Identify the lines in the data below that contain "Check" and give only how many there are.

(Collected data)

*** Block opens ***

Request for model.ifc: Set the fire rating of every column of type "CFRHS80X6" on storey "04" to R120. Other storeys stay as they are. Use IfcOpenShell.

First a look at what the model holds.

```python
import ifcopenshell
import ifcopenshell.util.element

model = ifcopenshell.open("model.ifc")
print(model.schema)
storey = next(s for s in model.by_type("IfcBuildingStorey") if s.Name == "04")
columns = [e for e in ifcopenshell.util.element.get_decomposition(storey) if e.is_a("IfcColumn")]
seen = {}
for e in columns:
    element_type = ifcopenshell.util.element.get_type(e)
    key = (element_type.Name if element_type != e and element_type else None, ifcopenshell.util.element.get_pset(e, "Pset_ColumnCommon", "FireRating"))
    seen[key] = seen.get(key, 0) + 1
for (name, value), count in sorted(seen.items(), key=str):
    print(count, "x", name, "|", value)
```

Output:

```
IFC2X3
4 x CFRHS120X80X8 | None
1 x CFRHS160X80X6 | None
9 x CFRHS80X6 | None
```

```python
import ifcopenshell
import ifcopenshell.api.pset
import ifcopenshell.util.element

model = ifcopenshell.open("model.ifc")

storey = next(s for s in model.by_type("IfcBuildingStorey") if s.Name == "04")
columns = [e for e in ifcopenshell.util.element.get_decomposition(storey) if e.is_a("IfcColumn")]

count = 0
for e in columns:
    element_type = ifcopenshell.util.element.get_type(e)
    if element_type in (None, e) or element_type.Name != "CFRHS80X6":
        continue
    # add_pset returns the element's existing set when there is one.
    pset = ifcopenshell.api.pset.add_pset(model, product=e, name="Pset_ColumnCommon")
    ifcopenshell.api.pset.edit_pset(model, pset=pset, properties={"FireRating": "R120"})
    count += 1

print(count, "columns updated")

model.write("model-out.ifc")
```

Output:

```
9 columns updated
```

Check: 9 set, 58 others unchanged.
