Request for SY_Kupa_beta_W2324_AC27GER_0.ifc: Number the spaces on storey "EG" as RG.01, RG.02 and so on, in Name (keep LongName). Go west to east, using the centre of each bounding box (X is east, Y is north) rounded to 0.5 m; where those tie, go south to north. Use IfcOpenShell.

First a look at what the model holds.

```python
import ifcopenshell
import ifcopenshell.util.element
import ifcopenshell.util.placement

model = ifcopenshell.open("SY_Kupa_beta_W2324_AC27GER_0.ifc")
print(model.schema)
storey = next(s for s in model.by_type("IfcBuildingStorey") if s.Name == "EG")
spaces = [e for e in ifcopenshell.util.element.get_decomposition(storey) if e.is_a("IfcSpace")]
for e in sorted(spaces, key=lambda e: e.id()):
    origin = ifcopenshell.util.placement.get_local_placement(e.ObjectPlacement)[:3, 3]
    print(e.id(), e.Name, e.LongName, origin.round(2) + 0.0, sep=" | ")
```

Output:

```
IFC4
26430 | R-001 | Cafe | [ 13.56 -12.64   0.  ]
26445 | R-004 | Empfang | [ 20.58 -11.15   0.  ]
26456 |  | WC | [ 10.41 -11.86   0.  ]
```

```python
import ifcopenshell
import ifcopenshell.geom
import ifcopenshell.util.element
import ifcopenshell.util.shape

model = ifcopenshell.open("SY_Kupa_beta_W2324_AC27GER_0.ifc")
settings = ifcopenshell.geom.settings()
settings.set("use-world-coords", True)


def centre(element):
    shape = ifcopenshell.geom.create_shape(settings, element)
    return ifcopenshell.util.shape.get_bbox_centroid(shape.geometry)


storey = next(s for s in model.by_type("IfcBuildingStorey") if s.Name == "EG")
spaces = [e for e in ifcopenshell.util.element.get_decomposition(storey) if e.is_a("IfcSpace")]

# Insertion points can sit at a corner or the storey origin, so sort by the geometry (in metres).
centres = {e: centre(e) for e in spaces}
spaces.sort(key=lambda e: (round(centres[e][0] / 0.5), centres[e][1]))

for i, e in enumerate(spaces, start=1):
    number = f"RG.{i:02d}"
    e.Name = number
    print(e.id(), number)

model.write("SY_Kupa_beta_W2324_AC27GER_0_rev.ifc")
```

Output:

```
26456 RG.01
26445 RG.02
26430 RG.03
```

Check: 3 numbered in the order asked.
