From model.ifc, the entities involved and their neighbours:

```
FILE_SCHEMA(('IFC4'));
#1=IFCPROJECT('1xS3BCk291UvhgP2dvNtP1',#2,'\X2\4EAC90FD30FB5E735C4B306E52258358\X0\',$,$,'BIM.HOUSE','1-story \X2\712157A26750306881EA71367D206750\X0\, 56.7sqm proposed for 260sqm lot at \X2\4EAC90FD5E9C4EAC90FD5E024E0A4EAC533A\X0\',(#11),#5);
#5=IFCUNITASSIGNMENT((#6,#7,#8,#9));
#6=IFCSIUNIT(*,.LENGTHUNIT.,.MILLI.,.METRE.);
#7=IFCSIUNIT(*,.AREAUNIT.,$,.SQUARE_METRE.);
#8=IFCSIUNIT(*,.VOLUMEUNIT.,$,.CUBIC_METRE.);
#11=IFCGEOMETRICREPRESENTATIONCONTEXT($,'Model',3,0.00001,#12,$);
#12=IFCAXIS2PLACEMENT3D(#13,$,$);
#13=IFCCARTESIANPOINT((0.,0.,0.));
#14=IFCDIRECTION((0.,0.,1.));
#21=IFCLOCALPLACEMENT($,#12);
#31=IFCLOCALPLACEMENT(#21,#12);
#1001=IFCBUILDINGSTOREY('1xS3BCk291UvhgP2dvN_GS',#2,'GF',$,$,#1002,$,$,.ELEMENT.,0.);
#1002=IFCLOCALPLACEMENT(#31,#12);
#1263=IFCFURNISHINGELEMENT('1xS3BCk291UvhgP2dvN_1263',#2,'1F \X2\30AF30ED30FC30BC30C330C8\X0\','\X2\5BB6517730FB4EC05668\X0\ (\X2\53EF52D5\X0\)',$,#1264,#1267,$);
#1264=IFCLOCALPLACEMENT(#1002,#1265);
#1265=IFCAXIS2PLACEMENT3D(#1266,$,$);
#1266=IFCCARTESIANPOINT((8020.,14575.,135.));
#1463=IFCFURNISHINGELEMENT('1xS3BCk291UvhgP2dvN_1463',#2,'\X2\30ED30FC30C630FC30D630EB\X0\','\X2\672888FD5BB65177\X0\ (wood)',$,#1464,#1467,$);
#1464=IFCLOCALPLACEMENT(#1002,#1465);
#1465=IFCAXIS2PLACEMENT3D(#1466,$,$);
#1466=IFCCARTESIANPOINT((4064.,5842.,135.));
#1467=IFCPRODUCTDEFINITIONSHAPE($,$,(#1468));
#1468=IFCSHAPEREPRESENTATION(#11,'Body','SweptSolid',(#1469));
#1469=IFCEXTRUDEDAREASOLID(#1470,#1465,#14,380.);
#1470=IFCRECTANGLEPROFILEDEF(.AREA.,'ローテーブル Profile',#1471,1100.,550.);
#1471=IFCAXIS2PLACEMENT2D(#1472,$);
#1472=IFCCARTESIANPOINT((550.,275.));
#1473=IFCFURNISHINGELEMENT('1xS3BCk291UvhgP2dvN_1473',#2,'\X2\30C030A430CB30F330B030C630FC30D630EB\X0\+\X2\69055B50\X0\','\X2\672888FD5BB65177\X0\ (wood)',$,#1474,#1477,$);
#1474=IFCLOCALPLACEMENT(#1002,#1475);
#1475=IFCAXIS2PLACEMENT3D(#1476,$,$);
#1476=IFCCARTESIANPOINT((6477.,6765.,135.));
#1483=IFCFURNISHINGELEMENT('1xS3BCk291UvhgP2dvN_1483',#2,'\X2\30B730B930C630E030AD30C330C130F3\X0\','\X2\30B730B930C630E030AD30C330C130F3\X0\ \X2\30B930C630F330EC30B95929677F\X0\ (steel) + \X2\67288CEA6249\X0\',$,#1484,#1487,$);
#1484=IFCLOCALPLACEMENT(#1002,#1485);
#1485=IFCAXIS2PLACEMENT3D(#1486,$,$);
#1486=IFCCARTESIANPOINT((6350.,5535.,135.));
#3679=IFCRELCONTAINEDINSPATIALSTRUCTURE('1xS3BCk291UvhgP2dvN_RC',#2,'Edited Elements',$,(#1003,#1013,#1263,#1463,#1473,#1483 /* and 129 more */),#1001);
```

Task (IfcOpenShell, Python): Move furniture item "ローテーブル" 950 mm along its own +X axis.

```python
import ifcopenshell
import ifcopenshell.api.geometry
import ifcopenshell.util.placement
import ifcopenshell.util.unit

model = ifcopenshell.open("model.ifc")
unit_scale = ifcopenshell.util.unit.calculate_unit_scale(model)

item = model.by_guid("1xS3BCk291UvhgP2dvN_1463")
matrix = ifcopenshell.util.placement.get_local_placement(item.ObjectPlacement)
matrix[:3, 3] += matrix[:3, 0] * 0.95 / unit_scale
ifcopenshell.api.geometry.edit_object_placement(model, product=item, matrix=matrix, is_si=False)

print(ifcopenshell.util.placement.get_local_placement(item.ObjectPlacement).round(3) + 0.0)

model.write("model_edited.ifc")
```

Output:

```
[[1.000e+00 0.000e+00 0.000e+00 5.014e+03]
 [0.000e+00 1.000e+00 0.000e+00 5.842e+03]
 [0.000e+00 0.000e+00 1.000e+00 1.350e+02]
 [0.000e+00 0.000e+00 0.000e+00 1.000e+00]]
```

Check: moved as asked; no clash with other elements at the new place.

*** Block closes ***

RESPONSE
3